I think it’s fair to say that I, more than the average person, really love updating other peoples iPods. There are few feelings better than being handed an iPod and asked to upload 10 albums that I think someone will love. It’s such a fun game and when I succeed, I feel like a champ. However, every time I go home for a break I inevitably get asked by my father to update his iPod. The only problem is that my father’s music taste makes me question his sexuality. Which is obviously a very big issue.
You see, my father’s a generic baby boom listener. On his satellite radio, the top two music stations are Sirius XM Love and ’70s on 7. While these are verifiably two of the easiest stations to make fun of someone for listening to, the problem doesn’t stop here –– but seriously, how many times can you hear ABBA’s “Dancing Queen” before you should be changing the station? The problem is that this line of music is just not my forte. For some odd reason, “easy listening from 30 years ago” is missing from my music library. So, as you can see, when my dad handed over his little music box for the first time, I was musically stumped.
Since every car ride in my entire life had been a fight between me wanting to listen to the local college rock station and my dad wanting to listen to Cousin Brucie spin the same old oldies again and again, finally picking what my father would be listening to after 20 years couldn’t have been more thrilling. I saw this as a challenge, but also as the ultimate opportunity to change my father from “average Jewish accountant dad” to “average Jewish accountant dad with hip music taste.”
With his brand new mp3 player, I covered the average dad music bases from Simon & Garfunkel to Billy Joel to Fleetwood Mac. Then I went kind of nuts. I put everything from Diana Ross & the Supremes to Styx on there in the hopes that he was a fan and I just didn’t know. Then I thought, I’ll put the classics of our generation on there … you know, a little Strokes and Arctic Monkeys and Vampire Weekend. Also, in a moment of genius, I thought I could dupe him into testing out the Britpop bands that I love because they have the silliest of names like The Maccabees and Good Shoes and Los Campesinos. Finally, I put on that usual pop stuff that everyone knows because, why not? So Britney Spears and Beyonce, etc. made the jump onto my dad’s wide array of Justine-chosen music.

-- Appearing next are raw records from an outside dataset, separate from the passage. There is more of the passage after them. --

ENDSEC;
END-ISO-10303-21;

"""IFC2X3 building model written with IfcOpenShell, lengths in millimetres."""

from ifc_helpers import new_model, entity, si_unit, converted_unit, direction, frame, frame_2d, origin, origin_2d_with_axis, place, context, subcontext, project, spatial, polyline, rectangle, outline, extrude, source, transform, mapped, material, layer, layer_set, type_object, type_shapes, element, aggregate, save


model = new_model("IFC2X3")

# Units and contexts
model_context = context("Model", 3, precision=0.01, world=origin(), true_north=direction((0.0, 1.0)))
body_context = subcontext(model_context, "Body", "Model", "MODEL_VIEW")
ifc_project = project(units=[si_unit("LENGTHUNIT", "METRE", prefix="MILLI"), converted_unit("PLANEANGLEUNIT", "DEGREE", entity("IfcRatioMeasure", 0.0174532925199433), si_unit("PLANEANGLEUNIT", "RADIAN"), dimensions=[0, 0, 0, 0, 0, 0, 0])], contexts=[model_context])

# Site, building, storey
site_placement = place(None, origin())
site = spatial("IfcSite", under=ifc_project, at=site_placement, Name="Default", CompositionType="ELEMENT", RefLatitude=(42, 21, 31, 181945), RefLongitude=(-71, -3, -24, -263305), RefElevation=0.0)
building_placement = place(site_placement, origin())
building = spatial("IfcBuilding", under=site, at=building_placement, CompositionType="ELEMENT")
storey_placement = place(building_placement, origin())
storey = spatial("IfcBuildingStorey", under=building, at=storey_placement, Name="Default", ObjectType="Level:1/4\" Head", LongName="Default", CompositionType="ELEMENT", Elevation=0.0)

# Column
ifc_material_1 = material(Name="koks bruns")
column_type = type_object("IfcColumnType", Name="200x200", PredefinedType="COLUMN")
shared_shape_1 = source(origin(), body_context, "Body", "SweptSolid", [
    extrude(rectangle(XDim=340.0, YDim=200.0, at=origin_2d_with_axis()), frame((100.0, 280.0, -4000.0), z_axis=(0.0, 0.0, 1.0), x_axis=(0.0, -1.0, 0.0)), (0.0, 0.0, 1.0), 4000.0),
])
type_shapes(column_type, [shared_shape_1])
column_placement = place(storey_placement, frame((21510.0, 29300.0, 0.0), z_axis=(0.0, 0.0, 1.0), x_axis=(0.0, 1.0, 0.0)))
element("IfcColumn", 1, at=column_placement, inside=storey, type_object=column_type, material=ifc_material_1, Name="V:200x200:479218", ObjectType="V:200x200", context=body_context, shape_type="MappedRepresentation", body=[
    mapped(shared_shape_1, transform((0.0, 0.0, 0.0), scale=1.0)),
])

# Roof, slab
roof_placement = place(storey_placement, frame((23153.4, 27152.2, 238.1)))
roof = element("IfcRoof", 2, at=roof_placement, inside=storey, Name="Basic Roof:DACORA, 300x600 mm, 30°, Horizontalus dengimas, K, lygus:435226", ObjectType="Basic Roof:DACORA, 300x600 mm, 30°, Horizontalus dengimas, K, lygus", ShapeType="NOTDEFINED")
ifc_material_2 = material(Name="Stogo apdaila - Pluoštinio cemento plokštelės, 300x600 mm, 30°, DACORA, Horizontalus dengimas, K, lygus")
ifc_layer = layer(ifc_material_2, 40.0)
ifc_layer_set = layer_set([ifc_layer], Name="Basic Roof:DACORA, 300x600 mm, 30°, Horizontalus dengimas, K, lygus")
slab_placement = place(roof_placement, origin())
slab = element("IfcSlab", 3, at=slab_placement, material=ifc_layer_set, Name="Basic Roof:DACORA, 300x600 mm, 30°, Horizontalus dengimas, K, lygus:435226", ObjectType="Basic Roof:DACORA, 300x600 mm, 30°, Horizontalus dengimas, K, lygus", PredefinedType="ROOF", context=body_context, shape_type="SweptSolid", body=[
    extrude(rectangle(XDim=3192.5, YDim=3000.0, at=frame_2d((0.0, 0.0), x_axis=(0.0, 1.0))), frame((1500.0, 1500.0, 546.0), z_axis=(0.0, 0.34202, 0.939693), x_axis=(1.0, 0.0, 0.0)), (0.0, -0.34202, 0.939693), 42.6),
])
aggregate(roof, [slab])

I was so excited for the months to come thinking that I’d get phone calls from dad and hear things like “Those Born Ruffian guys are great!” or “That Blink band you always talk about is actually pretty funny.” I was wrong. I was SO wrong. There were no phone calls for music chat. In fact, I didn’t hear about the iPod again until the next time I returned home from break. And when I did, the words I heard broke my heart. They went something like this, “Hey Justine, can you add more music to my iPod, I’m sick of what’s on there … Can you add more stuff like Kelly Clarkson?”
WHAT?!?! How can it be that I am the child of this man?! My entire family is full of brunettes and I’m the only redhead, and I’ve joked since I was a little girl that I was adopted. But when I heard “Kelly Clarkson” come forth from my fathers mouth, the joke was over. I was positive that for 21 years I had been lied to about being my parents’ biological child. There is just no way.
Defeated, I took the iPod back. Off came We Are Scientists and Pete & the Pirates and Cajun Dance Party and on went Katy Perry and Lily Allen and Feist –– quite an interesting assortment of music for a 55-year-old heterosexual father …
In a few weeks, I head home for thanksgiving break and I slightly fear the moment when my dad gives me his iPod. I haven’t come across a female singer/songwriter in quite some time. I’ve only got a boatload of male-fronted Britpop. Unless the newest next big thing replaces Rihanna in 20 days, the situation is looking quite bleak. So, music gods, I beg of you, although it’s been said that peoples’ music tastes are pretty set in stone once they hit their early 20s: could you please, just this once, give my dad’s ears a little tweak?